This tree is found on sandy soils in the northern parts of Wisconsin. Its range extends down along the Wisconsin River to Iowa and Grant counties. The jack pine is unique because its resinous cones open and release seeds during a fire or from an intense, hot sun. They are the first tree to grow in the burned over area. They grow 50-70 feet tall. The trunks stay small at under 2 feet in diameter. The tree shape is conical (like a cone). It keeps dead branches on the trunk all the way to the ground. Look for dark brown bark with small scales divided by deep furrows (indented lines).
Jack pine needles are dark to yellow-green, sharply pointed and measure 1 inch long. They grow in bundles of two needles that are slightly twisted. Their cones are uniquely shaped with a wide base curving to a rounded narrow end. They are about 1 1/2 inches long, resinous, and brown when they are ripe. Sometimes they stay on the branches and don't open for many years. The seeds inside are small-winged triangular seeds that can be carried far by strong winds.

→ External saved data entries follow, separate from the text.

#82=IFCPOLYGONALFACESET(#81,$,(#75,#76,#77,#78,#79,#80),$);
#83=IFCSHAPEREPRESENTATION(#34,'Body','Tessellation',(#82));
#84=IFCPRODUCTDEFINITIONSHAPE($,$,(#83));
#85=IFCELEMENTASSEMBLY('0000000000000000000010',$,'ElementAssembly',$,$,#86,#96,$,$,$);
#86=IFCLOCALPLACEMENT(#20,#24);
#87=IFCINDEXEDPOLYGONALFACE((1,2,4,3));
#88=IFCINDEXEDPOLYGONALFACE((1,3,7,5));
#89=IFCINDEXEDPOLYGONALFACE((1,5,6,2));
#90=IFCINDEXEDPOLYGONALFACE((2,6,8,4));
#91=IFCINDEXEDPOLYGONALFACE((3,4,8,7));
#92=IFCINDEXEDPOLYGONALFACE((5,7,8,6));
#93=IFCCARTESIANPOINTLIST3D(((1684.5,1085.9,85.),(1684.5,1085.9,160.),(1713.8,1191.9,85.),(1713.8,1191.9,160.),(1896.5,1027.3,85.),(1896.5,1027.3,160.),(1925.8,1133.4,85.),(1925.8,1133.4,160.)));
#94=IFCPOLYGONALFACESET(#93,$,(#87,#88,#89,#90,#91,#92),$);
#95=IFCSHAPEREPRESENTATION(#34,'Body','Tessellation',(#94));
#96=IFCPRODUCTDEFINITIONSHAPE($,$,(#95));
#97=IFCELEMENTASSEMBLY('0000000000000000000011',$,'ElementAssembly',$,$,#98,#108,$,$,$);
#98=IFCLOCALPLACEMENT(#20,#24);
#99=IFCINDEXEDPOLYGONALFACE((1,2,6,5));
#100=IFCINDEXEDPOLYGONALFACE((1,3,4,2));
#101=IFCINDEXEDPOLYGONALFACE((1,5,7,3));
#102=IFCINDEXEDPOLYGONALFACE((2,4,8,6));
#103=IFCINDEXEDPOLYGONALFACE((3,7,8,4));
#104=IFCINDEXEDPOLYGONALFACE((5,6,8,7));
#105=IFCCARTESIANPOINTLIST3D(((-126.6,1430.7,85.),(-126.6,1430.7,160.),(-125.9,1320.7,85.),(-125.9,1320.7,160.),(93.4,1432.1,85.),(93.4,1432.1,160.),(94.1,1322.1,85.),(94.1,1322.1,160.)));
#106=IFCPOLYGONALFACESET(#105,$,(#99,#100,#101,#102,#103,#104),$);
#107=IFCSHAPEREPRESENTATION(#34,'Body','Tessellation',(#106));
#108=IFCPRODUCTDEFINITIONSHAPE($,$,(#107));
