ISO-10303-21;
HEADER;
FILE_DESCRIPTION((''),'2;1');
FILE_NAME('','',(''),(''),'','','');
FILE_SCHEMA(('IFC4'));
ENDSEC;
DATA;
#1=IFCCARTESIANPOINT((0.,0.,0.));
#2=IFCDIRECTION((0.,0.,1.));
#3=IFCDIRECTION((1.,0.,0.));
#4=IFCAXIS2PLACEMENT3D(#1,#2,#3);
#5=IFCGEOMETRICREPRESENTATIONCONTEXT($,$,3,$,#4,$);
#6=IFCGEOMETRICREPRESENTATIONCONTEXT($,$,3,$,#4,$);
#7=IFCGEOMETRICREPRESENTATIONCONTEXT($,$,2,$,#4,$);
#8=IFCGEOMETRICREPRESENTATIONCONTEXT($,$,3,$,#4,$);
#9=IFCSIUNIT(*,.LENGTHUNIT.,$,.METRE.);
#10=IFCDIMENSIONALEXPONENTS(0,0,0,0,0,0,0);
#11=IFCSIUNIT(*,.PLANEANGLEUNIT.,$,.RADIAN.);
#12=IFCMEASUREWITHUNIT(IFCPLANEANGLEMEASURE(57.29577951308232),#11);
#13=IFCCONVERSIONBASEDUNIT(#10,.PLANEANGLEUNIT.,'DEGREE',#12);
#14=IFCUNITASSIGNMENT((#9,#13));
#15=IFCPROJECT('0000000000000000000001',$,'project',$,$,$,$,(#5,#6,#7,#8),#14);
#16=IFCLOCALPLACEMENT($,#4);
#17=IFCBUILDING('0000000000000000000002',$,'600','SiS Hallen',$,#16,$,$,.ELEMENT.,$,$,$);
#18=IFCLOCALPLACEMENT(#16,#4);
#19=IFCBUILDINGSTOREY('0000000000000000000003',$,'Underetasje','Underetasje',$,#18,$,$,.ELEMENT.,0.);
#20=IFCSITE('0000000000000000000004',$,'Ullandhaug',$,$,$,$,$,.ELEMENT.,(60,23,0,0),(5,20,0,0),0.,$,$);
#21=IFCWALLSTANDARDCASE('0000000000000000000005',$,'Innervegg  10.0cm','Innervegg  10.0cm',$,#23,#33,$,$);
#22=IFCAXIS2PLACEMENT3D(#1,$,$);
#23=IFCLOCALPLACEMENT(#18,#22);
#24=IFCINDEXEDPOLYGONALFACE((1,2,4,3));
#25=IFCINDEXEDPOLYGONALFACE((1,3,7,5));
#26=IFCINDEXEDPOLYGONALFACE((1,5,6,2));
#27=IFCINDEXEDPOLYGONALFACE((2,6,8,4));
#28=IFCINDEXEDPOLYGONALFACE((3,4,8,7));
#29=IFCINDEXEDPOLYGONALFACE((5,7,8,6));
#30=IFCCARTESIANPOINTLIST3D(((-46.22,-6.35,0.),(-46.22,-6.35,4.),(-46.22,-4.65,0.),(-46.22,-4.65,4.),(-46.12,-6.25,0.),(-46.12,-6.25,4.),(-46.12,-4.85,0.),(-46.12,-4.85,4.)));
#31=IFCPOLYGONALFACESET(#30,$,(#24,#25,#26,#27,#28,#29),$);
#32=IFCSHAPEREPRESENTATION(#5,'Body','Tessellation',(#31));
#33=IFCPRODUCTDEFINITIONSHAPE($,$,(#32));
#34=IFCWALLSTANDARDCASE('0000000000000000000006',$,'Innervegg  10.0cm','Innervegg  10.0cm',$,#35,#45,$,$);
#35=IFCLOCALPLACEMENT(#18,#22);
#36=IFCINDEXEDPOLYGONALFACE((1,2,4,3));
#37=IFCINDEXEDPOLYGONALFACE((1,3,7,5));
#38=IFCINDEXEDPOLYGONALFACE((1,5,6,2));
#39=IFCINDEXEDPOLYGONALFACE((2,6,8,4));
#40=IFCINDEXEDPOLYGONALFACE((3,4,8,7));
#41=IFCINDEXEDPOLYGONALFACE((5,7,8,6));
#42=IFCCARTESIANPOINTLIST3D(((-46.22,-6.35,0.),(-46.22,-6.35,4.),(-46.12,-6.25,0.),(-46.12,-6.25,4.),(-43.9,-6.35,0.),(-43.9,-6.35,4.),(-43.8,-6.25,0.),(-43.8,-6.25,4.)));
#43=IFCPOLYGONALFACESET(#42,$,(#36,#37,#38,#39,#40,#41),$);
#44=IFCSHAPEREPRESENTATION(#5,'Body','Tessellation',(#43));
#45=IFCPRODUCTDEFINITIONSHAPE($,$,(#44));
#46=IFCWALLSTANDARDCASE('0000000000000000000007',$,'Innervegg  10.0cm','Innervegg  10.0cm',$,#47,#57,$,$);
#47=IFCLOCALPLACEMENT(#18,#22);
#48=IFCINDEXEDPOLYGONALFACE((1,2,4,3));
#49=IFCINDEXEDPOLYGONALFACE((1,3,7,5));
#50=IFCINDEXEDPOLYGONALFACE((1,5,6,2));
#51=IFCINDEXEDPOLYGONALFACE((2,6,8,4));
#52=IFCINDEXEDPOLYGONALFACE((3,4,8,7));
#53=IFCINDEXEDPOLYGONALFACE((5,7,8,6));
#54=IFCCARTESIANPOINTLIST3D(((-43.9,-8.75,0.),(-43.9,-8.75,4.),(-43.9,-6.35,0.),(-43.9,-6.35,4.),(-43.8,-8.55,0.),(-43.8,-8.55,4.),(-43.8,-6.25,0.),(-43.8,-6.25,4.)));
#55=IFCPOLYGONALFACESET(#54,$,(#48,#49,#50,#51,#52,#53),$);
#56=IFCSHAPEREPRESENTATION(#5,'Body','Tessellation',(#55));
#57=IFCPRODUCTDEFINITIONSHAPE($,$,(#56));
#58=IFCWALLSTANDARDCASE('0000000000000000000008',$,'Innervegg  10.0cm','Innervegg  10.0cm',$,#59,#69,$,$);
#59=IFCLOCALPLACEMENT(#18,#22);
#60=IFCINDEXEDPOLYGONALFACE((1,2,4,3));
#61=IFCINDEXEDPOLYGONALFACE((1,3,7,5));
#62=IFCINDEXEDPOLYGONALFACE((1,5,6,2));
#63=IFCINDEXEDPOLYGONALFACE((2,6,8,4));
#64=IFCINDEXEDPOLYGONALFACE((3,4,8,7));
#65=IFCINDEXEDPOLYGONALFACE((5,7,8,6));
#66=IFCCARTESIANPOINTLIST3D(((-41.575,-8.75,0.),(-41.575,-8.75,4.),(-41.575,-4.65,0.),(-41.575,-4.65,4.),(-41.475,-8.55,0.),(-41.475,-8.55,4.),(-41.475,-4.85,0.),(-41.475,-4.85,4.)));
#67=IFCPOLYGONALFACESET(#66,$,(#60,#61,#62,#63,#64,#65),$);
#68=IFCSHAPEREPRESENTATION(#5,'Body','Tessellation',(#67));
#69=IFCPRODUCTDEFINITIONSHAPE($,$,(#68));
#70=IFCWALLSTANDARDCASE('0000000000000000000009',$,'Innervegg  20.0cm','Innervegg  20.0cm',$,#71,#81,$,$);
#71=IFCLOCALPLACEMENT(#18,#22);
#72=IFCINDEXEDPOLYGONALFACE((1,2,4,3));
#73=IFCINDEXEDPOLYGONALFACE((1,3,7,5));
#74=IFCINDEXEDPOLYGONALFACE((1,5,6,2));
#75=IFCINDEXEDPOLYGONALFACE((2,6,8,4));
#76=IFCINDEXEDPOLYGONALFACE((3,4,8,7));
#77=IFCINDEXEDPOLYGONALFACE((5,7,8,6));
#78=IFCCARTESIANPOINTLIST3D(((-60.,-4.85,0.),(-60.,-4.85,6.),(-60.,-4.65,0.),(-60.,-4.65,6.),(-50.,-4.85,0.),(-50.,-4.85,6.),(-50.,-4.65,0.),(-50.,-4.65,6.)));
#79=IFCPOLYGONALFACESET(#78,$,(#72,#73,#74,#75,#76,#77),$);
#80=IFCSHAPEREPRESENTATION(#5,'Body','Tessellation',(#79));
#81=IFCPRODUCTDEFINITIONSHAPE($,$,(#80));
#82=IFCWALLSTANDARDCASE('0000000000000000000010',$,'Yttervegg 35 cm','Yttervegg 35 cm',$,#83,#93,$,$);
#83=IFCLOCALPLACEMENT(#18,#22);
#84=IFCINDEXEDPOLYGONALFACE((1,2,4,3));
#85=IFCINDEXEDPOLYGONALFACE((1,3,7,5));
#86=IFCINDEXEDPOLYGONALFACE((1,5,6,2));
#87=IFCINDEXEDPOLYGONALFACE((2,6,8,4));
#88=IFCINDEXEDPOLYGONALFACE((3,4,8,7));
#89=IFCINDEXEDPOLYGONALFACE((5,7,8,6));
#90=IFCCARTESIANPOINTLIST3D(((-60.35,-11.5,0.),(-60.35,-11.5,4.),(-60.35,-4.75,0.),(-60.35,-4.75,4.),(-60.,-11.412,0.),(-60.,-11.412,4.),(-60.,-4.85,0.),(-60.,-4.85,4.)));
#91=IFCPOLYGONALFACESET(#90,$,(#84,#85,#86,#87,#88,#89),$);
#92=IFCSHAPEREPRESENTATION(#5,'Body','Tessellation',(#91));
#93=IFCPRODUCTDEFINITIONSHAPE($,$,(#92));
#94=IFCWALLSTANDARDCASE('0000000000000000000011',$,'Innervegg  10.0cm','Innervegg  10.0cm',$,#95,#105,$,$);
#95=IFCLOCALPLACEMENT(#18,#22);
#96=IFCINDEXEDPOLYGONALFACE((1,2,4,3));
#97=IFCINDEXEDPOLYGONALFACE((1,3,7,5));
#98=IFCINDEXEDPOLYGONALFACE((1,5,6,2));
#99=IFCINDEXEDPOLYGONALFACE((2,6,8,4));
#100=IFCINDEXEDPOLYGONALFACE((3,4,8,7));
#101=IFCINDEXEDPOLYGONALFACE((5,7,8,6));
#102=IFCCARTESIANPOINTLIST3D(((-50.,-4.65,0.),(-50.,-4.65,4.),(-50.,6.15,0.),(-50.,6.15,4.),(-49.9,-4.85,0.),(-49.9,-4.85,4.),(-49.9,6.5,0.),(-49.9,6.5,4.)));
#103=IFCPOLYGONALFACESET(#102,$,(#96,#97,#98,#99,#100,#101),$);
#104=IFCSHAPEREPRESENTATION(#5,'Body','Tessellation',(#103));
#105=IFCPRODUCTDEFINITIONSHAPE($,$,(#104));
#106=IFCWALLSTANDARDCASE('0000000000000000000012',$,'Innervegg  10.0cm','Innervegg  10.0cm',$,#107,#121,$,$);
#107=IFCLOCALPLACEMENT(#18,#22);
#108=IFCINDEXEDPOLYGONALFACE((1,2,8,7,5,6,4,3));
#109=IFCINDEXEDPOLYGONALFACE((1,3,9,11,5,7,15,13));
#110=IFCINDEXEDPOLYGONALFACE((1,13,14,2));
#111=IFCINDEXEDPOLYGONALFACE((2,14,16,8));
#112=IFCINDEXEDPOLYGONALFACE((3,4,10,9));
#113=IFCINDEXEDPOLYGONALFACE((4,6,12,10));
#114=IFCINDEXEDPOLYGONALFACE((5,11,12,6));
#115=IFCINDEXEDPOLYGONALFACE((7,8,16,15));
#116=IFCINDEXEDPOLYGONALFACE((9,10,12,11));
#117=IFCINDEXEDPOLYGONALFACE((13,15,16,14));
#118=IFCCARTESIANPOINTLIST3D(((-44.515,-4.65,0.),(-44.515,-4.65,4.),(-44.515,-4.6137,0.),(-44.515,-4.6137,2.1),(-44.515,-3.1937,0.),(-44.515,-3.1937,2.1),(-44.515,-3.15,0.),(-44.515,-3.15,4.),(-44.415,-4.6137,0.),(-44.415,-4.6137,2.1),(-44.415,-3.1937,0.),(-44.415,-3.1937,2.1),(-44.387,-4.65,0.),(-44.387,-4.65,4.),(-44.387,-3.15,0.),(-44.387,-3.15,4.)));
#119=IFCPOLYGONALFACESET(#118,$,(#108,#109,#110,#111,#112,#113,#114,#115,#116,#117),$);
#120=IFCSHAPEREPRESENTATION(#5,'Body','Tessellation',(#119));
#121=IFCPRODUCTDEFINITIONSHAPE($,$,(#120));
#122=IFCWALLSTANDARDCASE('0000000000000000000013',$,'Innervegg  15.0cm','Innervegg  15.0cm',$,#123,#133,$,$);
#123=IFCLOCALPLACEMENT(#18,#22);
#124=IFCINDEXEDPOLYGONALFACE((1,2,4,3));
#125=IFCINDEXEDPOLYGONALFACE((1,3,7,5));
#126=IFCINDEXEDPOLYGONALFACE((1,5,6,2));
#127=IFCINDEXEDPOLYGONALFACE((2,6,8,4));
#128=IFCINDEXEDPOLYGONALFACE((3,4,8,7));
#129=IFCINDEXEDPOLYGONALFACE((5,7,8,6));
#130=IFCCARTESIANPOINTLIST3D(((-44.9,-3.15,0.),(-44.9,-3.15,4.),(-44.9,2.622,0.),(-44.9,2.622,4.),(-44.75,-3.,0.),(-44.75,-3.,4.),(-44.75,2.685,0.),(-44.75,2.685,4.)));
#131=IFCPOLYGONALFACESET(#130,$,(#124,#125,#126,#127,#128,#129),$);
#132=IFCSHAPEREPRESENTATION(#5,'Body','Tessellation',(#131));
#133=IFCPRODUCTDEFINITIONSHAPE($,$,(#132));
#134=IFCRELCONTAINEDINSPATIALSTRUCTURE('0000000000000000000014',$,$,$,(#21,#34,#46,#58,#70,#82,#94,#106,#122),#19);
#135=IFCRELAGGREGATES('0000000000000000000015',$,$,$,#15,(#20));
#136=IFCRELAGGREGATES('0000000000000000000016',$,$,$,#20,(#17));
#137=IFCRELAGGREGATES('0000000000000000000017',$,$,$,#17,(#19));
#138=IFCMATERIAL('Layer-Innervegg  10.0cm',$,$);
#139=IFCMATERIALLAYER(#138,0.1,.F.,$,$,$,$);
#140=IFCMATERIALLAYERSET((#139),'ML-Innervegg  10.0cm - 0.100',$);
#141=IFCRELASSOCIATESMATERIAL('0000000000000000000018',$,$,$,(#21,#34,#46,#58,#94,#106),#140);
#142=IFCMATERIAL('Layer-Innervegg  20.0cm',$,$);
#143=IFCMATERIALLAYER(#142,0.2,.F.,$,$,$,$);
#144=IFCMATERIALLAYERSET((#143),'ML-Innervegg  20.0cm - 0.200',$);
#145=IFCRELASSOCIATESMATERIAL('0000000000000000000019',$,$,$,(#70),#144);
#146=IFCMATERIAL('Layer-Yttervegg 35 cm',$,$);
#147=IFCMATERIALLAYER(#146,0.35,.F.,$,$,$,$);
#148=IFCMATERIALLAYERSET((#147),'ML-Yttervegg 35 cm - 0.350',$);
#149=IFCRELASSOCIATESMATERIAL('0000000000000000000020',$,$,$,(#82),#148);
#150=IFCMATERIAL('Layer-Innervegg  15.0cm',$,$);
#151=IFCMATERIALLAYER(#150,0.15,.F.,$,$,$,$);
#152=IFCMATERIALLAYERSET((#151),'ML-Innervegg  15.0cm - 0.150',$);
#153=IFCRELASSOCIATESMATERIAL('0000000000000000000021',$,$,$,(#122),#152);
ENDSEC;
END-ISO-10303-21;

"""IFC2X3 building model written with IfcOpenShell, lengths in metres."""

from ifc_helpers import new_model, entity, si_unit, converted_unit, frame, origin_with_axes, place, context, project, spatial, polyline, outline, extrude, material, layer, layer_set, layer_usage, element, save


model = new_model("IFC2X3")

# Units and contexts
context_of_model_1 = context(None, 3, world=origin_with_axes())
context_of_model_2 = context(None, 3, world=origin_with_axes())
context_of_model_3 = context(None, 2, world=origin_with_axes())
context_of_model_4 = context(None, 3, world=origin_with_axes())
ifc_project = project(units=[si_unit("LENGTHUNIT", "METRE"), converted_unit("PLANEANGLEUNIT", "DEGREE", entity("IfcPlaneAngleMeasure", 57.29577951308232), si_unit("PLANEANGLEUNIT", "RADIAN"), dimensions=[0, 0, 0, 0, 0, 0, 0])], contexts=[context_of_model_1, context_of_model_2, context_of_model_3, context_of_model_4])

# Site, building, storey
site = spatial("IfcSite", under=ifc_project, Name="Ullandhaug", CompositionType="ELEMENT", RefLatitude=(60, 23, 0, 0), RefLongitude=(5, 20, 0, 0), RefElevation=0.0)
building_placement = place(None, origin_with_axes())
building = spatial("IfcBuilding", under=site, at=building_placement, Name="600", Description="SiS Hallen", CompositionType="ELEMENT")
storey_placement = place(building_placement, origin_with_axes())
storey = spatial("IfcBuildingStorey", under=building, at=storey_placement, Name="Underetasje", Description="Underetasje", CompositionType="ELEMENT", Elevation=0.0)

# Shared definitions
ifc_material_1 = material(Name="Layer-Innervegg  20.0cm")
ifc_layer_1 = layer(ifc_material_1, 0.2, ventilated=False)
ifc_layer_set_1 = layer_set([ifc_layer_1], Name="ML-Innervegg  20.0cm - 0.200")
ifc_layer_usage_1 = layer_usage(ifc_layer_set_1, "AXIS2", "POSITIVE", 0.0)
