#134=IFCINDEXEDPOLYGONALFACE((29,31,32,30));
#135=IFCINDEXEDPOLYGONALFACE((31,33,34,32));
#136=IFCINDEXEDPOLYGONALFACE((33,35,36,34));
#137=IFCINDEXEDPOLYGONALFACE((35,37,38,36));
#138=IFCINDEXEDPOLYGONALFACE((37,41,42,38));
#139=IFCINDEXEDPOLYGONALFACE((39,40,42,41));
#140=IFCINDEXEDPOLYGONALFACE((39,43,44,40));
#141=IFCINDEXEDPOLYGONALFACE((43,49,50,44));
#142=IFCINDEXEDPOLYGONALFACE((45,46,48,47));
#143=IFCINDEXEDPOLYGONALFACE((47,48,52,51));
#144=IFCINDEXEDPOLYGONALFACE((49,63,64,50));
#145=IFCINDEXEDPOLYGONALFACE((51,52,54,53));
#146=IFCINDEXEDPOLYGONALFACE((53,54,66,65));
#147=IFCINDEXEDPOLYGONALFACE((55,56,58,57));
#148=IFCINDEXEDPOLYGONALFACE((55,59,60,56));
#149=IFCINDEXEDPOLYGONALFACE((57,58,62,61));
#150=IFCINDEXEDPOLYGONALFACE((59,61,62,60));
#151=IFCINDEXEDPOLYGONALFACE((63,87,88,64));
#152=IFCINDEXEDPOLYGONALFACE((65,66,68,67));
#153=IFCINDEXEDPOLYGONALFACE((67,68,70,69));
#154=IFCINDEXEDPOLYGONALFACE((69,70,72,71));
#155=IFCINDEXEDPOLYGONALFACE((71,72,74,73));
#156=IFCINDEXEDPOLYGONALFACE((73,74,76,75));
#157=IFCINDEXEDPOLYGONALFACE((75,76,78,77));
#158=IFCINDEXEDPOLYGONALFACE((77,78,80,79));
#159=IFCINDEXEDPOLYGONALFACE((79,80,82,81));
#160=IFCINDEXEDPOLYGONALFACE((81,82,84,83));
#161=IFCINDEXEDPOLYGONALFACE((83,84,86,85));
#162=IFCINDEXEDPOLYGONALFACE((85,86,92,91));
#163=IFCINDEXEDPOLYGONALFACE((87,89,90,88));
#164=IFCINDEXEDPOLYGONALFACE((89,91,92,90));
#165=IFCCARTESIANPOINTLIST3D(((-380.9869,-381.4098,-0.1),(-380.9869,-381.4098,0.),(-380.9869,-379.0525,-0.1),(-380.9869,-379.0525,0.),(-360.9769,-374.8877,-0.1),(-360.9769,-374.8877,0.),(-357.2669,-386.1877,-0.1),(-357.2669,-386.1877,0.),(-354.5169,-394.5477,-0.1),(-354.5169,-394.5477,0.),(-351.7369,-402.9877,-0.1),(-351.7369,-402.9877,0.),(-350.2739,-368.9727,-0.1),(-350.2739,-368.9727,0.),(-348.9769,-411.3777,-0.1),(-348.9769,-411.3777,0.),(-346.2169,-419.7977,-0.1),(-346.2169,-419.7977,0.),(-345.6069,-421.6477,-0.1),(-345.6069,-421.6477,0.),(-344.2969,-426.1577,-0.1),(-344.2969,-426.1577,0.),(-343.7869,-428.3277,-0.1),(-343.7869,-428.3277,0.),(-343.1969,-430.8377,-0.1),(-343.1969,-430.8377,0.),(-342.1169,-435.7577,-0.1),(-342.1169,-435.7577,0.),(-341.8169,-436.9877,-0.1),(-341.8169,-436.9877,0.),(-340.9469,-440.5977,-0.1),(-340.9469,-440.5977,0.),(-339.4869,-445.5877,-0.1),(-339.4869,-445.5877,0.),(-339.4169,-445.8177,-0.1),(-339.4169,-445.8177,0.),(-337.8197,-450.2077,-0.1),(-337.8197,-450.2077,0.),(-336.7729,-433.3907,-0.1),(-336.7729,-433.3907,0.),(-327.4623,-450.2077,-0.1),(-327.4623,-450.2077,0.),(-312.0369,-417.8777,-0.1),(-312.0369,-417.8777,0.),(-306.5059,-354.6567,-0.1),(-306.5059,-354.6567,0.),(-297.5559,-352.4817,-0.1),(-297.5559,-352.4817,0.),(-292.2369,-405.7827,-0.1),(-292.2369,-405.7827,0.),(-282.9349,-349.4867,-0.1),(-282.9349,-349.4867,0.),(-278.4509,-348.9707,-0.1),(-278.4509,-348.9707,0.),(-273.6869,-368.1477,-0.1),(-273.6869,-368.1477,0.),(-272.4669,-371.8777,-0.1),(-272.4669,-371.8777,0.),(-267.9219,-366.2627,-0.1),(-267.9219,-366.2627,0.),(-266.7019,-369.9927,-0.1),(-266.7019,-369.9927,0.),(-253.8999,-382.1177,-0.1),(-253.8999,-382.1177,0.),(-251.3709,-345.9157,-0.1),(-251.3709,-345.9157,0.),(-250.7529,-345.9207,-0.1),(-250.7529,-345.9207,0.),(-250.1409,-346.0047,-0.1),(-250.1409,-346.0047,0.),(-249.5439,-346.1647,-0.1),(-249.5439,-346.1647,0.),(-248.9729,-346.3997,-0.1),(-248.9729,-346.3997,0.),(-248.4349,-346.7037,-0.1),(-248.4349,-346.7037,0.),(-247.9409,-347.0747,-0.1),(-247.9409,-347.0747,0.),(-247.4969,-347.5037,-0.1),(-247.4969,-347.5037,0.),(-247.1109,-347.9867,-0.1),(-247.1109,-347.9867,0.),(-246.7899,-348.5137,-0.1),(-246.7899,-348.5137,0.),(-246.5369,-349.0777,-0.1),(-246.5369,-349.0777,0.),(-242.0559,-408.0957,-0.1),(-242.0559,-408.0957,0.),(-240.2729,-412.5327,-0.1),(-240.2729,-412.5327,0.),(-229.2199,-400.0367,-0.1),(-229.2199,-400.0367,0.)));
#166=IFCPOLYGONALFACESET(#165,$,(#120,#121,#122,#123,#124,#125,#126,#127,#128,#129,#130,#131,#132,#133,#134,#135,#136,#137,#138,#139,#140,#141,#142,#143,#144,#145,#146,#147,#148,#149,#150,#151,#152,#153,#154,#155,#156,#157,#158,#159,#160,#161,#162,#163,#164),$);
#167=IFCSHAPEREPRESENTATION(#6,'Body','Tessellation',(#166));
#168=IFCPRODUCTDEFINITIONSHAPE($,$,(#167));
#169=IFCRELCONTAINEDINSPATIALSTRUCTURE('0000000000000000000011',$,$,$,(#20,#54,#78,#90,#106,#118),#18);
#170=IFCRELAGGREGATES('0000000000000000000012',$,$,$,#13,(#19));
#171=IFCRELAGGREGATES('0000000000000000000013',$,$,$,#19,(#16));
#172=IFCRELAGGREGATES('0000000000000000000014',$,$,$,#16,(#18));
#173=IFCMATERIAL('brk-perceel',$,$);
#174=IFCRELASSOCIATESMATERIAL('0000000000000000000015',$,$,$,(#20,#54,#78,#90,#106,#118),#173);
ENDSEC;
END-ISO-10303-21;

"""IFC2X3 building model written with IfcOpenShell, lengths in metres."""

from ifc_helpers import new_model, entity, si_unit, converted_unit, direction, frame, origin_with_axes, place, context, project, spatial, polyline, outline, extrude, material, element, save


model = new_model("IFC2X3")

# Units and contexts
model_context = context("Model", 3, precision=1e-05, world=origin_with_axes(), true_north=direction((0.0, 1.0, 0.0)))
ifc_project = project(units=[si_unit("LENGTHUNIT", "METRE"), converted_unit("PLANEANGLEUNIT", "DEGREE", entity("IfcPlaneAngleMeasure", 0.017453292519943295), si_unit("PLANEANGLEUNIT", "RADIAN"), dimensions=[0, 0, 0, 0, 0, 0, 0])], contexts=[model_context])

Their wood is light and soft. They are used mostly for pulpwood for papermaking, but they are also used for box material and lumber. The Kirtland's warbler depends on young jack pines to provide nesting habitat. Animals that burrow live in the barren jack pine understory; mammals, snakes, salamanders and insects. Black bears like to feed in small openings in a pine forest or rest their weary bones in the cool shade. In the winter, snowshoe hares, deer, spruce grouse, and porcupines come in search of plants to browse on.